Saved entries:
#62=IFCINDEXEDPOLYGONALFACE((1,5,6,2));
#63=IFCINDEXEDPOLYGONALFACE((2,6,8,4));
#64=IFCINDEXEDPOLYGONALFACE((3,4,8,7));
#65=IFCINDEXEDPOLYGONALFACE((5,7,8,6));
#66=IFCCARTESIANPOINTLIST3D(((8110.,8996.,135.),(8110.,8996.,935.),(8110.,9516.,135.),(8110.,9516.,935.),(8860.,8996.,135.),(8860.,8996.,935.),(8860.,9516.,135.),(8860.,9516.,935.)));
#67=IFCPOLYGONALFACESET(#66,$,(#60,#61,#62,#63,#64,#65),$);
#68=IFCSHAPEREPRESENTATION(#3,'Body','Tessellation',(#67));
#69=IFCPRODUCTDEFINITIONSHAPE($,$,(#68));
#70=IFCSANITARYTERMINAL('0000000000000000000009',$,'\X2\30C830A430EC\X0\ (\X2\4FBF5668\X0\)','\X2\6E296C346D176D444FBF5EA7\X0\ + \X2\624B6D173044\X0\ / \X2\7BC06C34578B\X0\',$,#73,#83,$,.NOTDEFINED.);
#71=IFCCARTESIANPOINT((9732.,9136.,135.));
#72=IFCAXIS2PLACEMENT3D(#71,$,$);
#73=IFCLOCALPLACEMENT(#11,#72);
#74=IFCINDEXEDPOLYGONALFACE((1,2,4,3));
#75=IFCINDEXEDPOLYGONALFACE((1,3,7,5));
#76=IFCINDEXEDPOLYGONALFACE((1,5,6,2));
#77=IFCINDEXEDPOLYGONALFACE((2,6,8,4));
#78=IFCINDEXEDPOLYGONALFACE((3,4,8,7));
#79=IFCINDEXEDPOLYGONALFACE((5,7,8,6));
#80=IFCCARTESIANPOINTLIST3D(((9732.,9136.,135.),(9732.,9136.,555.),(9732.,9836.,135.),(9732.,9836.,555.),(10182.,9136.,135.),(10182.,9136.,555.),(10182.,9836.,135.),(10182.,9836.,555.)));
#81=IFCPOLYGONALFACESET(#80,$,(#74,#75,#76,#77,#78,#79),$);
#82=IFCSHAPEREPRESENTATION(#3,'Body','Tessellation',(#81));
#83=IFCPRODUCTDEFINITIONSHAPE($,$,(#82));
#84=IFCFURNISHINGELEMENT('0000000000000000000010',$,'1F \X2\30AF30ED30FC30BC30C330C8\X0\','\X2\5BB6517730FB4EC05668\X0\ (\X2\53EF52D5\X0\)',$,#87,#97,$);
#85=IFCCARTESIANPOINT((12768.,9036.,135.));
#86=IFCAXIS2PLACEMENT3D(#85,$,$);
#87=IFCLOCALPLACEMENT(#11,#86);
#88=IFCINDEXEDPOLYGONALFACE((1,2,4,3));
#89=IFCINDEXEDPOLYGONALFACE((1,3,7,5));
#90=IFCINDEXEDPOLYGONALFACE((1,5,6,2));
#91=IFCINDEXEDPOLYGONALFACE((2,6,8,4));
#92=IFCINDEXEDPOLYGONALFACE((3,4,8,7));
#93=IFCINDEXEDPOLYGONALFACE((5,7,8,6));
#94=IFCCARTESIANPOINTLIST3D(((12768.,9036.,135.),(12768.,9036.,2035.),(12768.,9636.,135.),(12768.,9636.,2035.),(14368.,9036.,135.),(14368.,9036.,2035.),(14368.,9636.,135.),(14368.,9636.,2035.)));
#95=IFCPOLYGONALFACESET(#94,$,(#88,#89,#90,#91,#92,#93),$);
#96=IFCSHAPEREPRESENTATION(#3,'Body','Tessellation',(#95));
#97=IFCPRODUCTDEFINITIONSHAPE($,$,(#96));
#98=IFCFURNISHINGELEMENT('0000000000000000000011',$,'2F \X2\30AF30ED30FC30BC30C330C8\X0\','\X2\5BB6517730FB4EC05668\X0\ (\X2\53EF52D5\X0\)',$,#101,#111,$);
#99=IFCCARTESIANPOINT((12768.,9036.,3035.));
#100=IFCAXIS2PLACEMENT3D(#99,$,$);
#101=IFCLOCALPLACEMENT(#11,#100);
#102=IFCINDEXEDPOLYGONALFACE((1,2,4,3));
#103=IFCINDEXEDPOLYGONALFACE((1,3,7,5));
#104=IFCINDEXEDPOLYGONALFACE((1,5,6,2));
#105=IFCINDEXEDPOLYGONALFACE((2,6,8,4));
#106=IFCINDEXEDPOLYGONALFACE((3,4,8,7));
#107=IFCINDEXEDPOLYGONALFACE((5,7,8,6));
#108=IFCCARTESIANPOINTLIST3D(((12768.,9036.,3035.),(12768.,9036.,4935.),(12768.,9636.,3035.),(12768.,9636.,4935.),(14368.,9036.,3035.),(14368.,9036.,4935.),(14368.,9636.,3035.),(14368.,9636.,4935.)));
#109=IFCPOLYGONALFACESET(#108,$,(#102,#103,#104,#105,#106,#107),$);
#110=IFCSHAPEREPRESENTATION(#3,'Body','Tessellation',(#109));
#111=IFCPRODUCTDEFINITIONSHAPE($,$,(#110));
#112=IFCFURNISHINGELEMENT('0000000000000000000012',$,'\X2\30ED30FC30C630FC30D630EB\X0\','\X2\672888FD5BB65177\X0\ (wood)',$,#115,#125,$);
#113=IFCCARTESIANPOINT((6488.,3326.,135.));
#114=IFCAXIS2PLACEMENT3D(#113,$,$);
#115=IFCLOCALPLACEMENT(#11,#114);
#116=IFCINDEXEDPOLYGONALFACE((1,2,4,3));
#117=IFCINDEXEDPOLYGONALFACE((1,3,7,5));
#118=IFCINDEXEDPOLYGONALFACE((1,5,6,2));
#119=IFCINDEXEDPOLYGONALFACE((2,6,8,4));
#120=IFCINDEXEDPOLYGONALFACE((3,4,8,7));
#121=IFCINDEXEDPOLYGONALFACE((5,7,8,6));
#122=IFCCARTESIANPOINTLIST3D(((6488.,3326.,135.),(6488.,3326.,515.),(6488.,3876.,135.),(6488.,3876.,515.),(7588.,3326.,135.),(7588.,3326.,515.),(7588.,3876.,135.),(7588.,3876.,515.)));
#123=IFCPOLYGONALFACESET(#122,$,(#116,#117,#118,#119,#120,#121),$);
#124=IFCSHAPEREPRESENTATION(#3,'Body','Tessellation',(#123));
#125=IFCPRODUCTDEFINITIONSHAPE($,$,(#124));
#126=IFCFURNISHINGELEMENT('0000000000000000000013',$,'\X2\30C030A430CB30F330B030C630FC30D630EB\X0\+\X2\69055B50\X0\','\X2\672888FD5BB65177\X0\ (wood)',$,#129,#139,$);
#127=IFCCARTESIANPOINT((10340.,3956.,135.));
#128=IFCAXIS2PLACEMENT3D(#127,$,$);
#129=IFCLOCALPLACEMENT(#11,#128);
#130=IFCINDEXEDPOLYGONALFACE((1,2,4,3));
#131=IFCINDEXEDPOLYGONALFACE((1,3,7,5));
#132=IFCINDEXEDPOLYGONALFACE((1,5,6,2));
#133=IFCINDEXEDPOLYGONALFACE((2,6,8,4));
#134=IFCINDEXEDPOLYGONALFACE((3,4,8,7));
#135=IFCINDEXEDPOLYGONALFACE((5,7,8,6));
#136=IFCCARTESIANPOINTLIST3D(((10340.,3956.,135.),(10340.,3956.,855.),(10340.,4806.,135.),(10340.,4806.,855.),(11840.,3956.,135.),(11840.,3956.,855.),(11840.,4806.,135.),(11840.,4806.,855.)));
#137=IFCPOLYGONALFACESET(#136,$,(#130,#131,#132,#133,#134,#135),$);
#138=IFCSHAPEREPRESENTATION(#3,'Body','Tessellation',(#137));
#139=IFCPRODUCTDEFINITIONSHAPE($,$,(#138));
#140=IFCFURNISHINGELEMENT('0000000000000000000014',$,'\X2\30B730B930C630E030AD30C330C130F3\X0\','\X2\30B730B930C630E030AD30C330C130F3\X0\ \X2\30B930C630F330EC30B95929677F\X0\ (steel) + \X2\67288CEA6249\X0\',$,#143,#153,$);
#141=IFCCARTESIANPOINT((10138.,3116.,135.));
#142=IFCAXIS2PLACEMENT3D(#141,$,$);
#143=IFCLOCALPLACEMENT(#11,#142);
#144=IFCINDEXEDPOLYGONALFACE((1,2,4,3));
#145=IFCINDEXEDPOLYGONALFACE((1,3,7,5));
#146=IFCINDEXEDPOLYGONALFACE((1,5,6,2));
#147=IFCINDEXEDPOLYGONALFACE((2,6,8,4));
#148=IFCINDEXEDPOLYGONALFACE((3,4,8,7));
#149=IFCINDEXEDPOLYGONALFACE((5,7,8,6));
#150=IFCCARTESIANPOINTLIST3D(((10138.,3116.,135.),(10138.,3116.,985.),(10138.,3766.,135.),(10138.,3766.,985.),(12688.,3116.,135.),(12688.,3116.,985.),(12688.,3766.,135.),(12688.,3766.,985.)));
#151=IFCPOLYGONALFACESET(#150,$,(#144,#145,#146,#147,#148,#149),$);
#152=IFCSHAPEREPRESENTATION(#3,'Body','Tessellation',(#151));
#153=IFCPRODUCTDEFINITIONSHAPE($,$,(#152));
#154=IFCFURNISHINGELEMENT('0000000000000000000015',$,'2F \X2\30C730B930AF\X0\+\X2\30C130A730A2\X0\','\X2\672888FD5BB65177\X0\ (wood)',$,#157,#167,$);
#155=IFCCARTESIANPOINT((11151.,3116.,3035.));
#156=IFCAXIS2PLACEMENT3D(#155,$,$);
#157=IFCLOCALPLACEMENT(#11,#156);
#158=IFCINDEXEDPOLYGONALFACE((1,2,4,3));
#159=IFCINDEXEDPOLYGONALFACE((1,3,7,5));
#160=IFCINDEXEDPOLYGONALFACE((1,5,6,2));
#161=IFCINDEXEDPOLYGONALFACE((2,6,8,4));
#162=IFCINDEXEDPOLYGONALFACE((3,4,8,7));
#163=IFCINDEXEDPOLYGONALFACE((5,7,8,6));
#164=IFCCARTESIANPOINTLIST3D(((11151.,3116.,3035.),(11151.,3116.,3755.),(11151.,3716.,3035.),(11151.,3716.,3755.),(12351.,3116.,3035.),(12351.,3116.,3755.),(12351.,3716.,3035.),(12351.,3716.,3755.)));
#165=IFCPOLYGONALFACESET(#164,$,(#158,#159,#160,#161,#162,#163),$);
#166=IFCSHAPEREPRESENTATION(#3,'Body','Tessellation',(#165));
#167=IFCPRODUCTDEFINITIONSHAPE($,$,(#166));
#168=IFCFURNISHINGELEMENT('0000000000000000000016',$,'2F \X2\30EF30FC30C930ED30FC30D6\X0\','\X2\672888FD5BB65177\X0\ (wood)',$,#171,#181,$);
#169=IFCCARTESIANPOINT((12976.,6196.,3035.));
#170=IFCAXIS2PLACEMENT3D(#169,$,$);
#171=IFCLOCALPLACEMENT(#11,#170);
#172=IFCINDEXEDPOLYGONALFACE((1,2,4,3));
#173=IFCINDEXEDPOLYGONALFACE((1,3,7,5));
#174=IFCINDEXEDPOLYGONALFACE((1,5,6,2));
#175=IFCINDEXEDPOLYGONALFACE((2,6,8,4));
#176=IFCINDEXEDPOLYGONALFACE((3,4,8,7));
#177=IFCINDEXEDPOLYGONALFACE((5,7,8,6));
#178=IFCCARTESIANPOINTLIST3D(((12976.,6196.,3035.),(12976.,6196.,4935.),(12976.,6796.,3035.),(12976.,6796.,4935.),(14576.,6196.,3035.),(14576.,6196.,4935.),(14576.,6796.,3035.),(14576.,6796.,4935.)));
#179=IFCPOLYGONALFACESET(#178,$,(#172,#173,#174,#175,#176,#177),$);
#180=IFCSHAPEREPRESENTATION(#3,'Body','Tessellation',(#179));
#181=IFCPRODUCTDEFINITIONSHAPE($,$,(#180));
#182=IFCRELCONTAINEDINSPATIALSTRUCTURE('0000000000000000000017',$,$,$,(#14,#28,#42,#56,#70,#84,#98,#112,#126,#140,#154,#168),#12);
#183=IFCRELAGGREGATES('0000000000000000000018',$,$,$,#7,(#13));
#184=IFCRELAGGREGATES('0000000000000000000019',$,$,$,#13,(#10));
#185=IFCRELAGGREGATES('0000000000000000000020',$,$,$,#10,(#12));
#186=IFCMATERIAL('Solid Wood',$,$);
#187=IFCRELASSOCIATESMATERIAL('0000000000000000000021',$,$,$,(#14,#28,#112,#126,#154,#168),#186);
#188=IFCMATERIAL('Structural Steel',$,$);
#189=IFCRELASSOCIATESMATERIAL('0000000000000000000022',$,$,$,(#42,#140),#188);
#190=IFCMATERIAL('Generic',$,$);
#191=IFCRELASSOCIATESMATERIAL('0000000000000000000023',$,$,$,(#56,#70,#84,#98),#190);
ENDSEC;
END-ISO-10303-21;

• Your goal:
Write down exactly the span of lines above from the one containing "#163=IFCINDEXEDPOLYGONALFACE((5,7,8,6));" to the one containing "#167=IFCPRODUCTDEFINITIONSHAPE($,$,(#166));", both ends included.

• Expected answer:
#163=IFCINDEXEDPOLYGONALFACE((5,7,8,6));
#164=IFCCARTESIANPOINTLIST3D(((11151.,3116.,3035.),(11151.,3116.,3755.),(11151.,3716.,3035.),(11151.,3716.,3755.),(12351.,3116.,3035.),(12351.,3116.,3755.),(12351.,3716.,3035.),(12351.,3716.,3755.)));
#165=IFCPOLYGONALFACESET(#164,$,(#158,#159,#160,#161,#162,#163),$);
#166=IFCSHAPEREPRESENTATION(#3,'Body','Tessellation',(#165));
#167=IFCPRODUCTDEFINITIONSHAPE($,$,(#166));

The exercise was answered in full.